TASK — Nothing but the lines below between the line holding "#8=IFCMEASUREWITHUNIT(IFCRATIOMEASURE(0.017453292519943278),#7);" and the line holding "#22=IFCINDEXEDPOLYGONALFACE((1,2,4,3));", inclusive, should appear in the answer, each set down exactly.

Items from a data source

[Start of Attachment]

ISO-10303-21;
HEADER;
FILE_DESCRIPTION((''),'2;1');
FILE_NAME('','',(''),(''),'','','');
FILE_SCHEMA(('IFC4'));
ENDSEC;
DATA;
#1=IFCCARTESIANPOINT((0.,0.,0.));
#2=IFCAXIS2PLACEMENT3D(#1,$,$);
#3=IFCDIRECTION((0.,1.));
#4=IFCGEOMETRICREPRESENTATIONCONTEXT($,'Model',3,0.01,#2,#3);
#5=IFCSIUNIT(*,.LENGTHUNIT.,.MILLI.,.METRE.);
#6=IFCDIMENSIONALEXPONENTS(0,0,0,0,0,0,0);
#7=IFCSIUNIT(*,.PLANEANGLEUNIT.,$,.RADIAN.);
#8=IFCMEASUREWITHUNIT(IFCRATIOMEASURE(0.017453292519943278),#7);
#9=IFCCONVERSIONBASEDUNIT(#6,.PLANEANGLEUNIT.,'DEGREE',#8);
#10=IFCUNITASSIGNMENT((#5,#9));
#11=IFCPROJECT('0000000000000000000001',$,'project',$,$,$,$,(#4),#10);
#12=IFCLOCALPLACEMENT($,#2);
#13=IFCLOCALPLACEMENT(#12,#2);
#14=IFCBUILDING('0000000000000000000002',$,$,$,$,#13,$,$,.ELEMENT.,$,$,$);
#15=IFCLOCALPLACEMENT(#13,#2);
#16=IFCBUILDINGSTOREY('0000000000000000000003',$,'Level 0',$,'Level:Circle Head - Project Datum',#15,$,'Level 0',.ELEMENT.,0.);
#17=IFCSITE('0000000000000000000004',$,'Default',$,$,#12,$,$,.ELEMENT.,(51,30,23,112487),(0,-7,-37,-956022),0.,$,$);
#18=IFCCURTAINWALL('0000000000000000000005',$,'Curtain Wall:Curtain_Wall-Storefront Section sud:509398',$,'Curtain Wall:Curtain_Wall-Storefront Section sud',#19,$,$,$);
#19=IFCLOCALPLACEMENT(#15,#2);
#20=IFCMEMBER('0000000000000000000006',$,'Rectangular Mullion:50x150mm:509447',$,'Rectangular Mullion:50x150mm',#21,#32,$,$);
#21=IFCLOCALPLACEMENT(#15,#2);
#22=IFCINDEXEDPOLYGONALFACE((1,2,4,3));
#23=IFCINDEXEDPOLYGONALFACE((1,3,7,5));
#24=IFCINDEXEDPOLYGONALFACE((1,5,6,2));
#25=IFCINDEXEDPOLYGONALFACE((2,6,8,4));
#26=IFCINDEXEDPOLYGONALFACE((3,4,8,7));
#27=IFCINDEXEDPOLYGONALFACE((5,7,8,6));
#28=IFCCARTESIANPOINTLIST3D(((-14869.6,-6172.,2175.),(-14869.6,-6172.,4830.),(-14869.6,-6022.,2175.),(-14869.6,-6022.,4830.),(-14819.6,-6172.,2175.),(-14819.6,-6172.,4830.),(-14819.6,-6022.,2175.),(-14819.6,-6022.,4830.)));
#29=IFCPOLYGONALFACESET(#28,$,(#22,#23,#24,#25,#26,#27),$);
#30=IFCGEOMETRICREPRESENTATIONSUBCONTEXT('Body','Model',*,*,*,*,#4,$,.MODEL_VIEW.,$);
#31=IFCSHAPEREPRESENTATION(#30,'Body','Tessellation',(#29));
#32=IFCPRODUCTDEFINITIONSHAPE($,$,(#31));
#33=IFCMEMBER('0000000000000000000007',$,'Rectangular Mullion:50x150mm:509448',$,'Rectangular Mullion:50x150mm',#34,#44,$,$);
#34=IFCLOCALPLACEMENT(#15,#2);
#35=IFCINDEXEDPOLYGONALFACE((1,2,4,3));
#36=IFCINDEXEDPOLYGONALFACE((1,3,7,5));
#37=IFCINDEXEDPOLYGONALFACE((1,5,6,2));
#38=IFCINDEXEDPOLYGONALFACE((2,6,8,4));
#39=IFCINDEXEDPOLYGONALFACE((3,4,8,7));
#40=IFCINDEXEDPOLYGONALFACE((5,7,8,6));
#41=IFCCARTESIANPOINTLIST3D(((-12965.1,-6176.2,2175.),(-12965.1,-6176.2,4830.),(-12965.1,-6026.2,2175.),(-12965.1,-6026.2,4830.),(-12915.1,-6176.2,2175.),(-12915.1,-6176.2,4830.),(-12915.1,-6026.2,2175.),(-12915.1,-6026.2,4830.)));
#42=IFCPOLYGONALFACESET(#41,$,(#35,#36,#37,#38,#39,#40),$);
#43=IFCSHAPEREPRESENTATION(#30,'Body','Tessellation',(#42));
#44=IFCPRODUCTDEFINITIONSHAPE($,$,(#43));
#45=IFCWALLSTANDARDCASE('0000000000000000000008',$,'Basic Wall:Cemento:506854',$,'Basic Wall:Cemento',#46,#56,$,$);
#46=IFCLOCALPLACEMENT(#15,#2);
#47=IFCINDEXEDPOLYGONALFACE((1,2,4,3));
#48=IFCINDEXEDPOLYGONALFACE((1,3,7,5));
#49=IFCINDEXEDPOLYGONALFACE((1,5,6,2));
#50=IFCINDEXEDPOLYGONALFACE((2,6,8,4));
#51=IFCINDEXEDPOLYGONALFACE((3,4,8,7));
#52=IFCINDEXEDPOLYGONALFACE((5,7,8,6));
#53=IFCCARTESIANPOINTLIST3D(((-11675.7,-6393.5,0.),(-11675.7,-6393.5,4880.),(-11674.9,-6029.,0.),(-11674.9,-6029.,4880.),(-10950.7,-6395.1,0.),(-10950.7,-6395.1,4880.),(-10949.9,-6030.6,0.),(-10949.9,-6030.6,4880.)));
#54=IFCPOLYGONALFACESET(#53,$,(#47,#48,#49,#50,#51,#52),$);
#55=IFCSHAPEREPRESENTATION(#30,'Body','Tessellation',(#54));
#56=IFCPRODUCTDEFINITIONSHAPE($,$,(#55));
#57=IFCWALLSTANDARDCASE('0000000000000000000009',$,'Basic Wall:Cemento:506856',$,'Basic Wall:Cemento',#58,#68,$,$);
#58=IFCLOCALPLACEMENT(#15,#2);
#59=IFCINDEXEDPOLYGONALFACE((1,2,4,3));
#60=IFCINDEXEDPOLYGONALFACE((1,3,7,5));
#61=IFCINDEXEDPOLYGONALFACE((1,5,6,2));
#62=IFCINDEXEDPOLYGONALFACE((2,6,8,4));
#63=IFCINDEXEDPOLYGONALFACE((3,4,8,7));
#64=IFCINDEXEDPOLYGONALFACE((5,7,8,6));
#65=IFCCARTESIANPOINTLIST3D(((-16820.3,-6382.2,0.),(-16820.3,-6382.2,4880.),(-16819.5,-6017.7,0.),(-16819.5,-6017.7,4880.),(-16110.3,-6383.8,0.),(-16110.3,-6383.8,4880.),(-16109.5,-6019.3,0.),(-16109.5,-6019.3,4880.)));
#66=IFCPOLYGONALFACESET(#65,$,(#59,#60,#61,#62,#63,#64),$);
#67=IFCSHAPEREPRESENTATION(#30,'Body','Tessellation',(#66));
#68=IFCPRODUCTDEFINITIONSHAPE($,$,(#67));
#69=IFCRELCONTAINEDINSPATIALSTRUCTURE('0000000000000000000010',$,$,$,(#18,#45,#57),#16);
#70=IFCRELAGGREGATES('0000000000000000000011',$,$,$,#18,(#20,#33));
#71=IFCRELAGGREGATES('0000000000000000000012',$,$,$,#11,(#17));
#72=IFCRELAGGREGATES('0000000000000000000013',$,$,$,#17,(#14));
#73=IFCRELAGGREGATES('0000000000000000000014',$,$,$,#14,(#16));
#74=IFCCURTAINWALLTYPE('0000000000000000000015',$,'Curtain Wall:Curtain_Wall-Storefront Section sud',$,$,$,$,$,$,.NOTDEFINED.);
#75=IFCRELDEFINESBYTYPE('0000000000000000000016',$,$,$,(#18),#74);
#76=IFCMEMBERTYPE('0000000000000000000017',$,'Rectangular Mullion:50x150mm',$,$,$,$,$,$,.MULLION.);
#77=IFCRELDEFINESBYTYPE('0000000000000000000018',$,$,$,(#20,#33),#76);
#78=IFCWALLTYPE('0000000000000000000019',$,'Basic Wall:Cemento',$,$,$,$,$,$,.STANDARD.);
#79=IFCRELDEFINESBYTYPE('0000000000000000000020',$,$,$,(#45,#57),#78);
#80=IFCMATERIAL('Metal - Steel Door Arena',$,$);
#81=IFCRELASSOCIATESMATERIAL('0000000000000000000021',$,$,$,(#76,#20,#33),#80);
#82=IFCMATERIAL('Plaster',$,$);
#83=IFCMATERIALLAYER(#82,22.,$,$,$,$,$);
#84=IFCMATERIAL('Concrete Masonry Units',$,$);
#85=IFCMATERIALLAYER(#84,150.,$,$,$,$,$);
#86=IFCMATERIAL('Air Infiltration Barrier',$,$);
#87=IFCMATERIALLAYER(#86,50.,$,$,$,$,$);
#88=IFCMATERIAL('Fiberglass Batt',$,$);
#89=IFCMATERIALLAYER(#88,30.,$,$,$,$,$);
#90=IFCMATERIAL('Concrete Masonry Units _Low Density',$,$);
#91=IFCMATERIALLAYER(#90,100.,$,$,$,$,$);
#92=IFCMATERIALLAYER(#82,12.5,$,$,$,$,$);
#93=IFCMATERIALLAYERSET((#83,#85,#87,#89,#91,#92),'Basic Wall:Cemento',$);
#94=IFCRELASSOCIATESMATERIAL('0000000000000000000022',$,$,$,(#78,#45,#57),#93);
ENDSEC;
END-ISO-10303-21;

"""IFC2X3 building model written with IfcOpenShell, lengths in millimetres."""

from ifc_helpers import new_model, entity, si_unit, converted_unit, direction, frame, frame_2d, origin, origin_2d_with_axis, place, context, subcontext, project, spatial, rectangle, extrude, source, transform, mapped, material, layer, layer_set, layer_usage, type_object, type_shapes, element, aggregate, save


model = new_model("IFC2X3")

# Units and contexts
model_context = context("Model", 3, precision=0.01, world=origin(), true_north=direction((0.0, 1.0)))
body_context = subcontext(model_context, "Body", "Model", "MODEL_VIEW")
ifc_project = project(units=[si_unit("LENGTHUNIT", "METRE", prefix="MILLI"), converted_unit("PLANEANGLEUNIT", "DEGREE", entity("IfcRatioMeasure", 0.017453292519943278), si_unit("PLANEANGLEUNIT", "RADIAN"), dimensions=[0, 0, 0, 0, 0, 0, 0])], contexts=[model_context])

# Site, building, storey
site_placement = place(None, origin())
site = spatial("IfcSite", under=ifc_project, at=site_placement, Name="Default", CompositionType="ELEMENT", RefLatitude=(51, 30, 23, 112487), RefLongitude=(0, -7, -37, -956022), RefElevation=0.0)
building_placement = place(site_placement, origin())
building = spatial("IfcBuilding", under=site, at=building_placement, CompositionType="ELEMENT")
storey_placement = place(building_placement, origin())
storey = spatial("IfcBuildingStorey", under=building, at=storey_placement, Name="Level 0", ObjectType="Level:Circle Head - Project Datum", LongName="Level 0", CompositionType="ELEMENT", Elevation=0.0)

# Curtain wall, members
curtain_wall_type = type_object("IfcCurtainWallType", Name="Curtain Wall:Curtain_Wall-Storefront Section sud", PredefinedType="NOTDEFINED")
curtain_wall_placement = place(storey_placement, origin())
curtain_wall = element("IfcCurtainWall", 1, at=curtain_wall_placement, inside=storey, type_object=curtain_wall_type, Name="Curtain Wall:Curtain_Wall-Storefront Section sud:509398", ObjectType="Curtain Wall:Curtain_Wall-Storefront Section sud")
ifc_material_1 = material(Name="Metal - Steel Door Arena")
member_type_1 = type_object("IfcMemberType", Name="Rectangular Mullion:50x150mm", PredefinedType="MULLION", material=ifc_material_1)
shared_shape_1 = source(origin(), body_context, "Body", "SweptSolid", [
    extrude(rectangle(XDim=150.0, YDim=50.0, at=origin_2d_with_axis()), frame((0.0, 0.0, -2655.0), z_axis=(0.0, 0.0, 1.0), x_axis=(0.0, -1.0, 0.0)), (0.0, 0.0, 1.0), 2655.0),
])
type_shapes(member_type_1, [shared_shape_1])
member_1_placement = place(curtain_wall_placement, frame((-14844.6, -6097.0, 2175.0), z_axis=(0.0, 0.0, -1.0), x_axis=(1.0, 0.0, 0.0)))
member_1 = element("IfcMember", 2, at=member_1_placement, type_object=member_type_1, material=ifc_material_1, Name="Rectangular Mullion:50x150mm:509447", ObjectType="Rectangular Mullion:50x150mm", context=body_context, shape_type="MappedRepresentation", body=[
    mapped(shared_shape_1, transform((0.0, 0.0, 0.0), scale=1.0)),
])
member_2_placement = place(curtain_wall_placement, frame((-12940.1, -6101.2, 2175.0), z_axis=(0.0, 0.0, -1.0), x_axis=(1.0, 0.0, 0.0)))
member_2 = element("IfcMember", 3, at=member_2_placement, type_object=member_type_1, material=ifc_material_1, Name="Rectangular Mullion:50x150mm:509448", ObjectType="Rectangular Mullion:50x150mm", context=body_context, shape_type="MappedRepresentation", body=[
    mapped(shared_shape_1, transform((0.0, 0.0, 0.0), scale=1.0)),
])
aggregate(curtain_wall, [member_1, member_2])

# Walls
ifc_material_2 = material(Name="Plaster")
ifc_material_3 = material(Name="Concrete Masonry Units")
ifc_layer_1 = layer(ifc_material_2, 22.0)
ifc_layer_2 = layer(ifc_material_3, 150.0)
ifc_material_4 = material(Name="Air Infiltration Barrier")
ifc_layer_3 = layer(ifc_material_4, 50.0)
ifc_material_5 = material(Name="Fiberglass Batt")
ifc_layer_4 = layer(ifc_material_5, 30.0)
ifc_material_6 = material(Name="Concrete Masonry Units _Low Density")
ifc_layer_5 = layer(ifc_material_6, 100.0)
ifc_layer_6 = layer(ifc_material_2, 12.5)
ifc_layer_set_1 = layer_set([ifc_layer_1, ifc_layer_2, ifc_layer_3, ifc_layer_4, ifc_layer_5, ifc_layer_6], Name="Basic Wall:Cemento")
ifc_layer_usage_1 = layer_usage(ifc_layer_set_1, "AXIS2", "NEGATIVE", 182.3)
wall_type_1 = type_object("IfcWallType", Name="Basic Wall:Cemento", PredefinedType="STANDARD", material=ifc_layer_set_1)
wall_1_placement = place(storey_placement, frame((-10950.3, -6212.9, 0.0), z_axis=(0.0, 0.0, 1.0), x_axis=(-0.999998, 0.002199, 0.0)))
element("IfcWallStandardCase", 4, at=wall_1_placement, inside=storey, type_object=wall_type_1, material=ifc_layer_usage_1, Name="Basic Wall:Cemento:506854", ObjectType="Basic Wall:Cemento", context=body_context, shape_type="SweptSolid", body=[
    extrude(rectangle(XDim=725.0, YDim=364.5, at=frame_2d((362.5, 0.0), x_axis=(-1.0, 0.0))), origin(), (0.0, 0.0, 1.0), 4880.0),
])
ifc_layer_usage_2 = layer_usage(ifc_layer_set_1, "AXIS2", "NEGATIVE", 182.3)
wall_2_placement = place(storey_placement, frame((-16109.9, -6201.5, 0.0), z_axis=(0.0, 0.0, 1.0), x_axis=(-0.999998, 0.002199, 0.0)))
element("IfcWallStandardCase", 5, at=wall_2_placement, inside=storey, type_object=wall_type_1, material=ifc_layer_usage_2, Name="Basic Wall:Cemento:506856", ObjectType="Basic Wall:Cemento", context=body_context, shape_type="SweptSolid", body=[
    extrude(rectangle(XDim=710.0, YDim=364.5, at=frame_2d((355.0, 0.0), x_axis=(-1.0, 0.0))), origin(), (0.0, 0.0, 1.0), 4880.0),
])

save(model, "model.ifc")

[End of Attachment]

RESULT —
#8=IFCMEASUREWITHUNIT(IFCRATIOMEASURE(0.017453292519943278),#7);
#9=IFCCONVERSIONBASEDUNIT(#6,.PLANEANGLEUNIT.,'DEGREE',#8);
#10=IFCUNITASSIGNMENT((#5,#9));
#11=IFCPROJECT('0000000000000000000001',$,'project',$,$,$,$,(#4),#10);
#12=IFCLOCALPLACEMENT($,#2);
#13=IFCLOCALPLACEMENT(#12,#2);
#14=IFCBUILDING('0000000000000000000002',$,$,$,$,#13,$,$,.ELEMENT.,$,$,$);
#15=IFCLOCALPLACEMENT(#13,#2);
#16=IFCBUILDINGSTOREY('0000000000000000000003',$,'Level 0',$,'Level:Circle Head - Project Datum',#15,$,'Level 0',.ELEMENT.,0.);
#17=IFCSITE('0000000000000000000004',$,'Default',$,$,#12,$,$,.ELEMENT.,(51,30,23,112487),(0,-7,-37,-956022),0.,$,$);
#18=IFCCURTAINWALL('0000000000000000000005',$,'Curtain Wall:Curtain_Wall-Storefront Section sud:509398',$,'Curtain Wall:Curtain_Wall-Storefront Section sud',#19,$,$,$);
#19=IFCLOCALPLACEMENT(#15,#2);
#20=IFCMEMBER('0000000000000000000006',$,'Rectangular Mullion:50x150mm:509447',$,'Rectangular Mullion:50x150mm',#21,#32,$,$);
#21=IFCLOCALPLACEMENT(#15,#2);
#22=IFCINDEXEDPOLYGONALFACE((1,2,4,3));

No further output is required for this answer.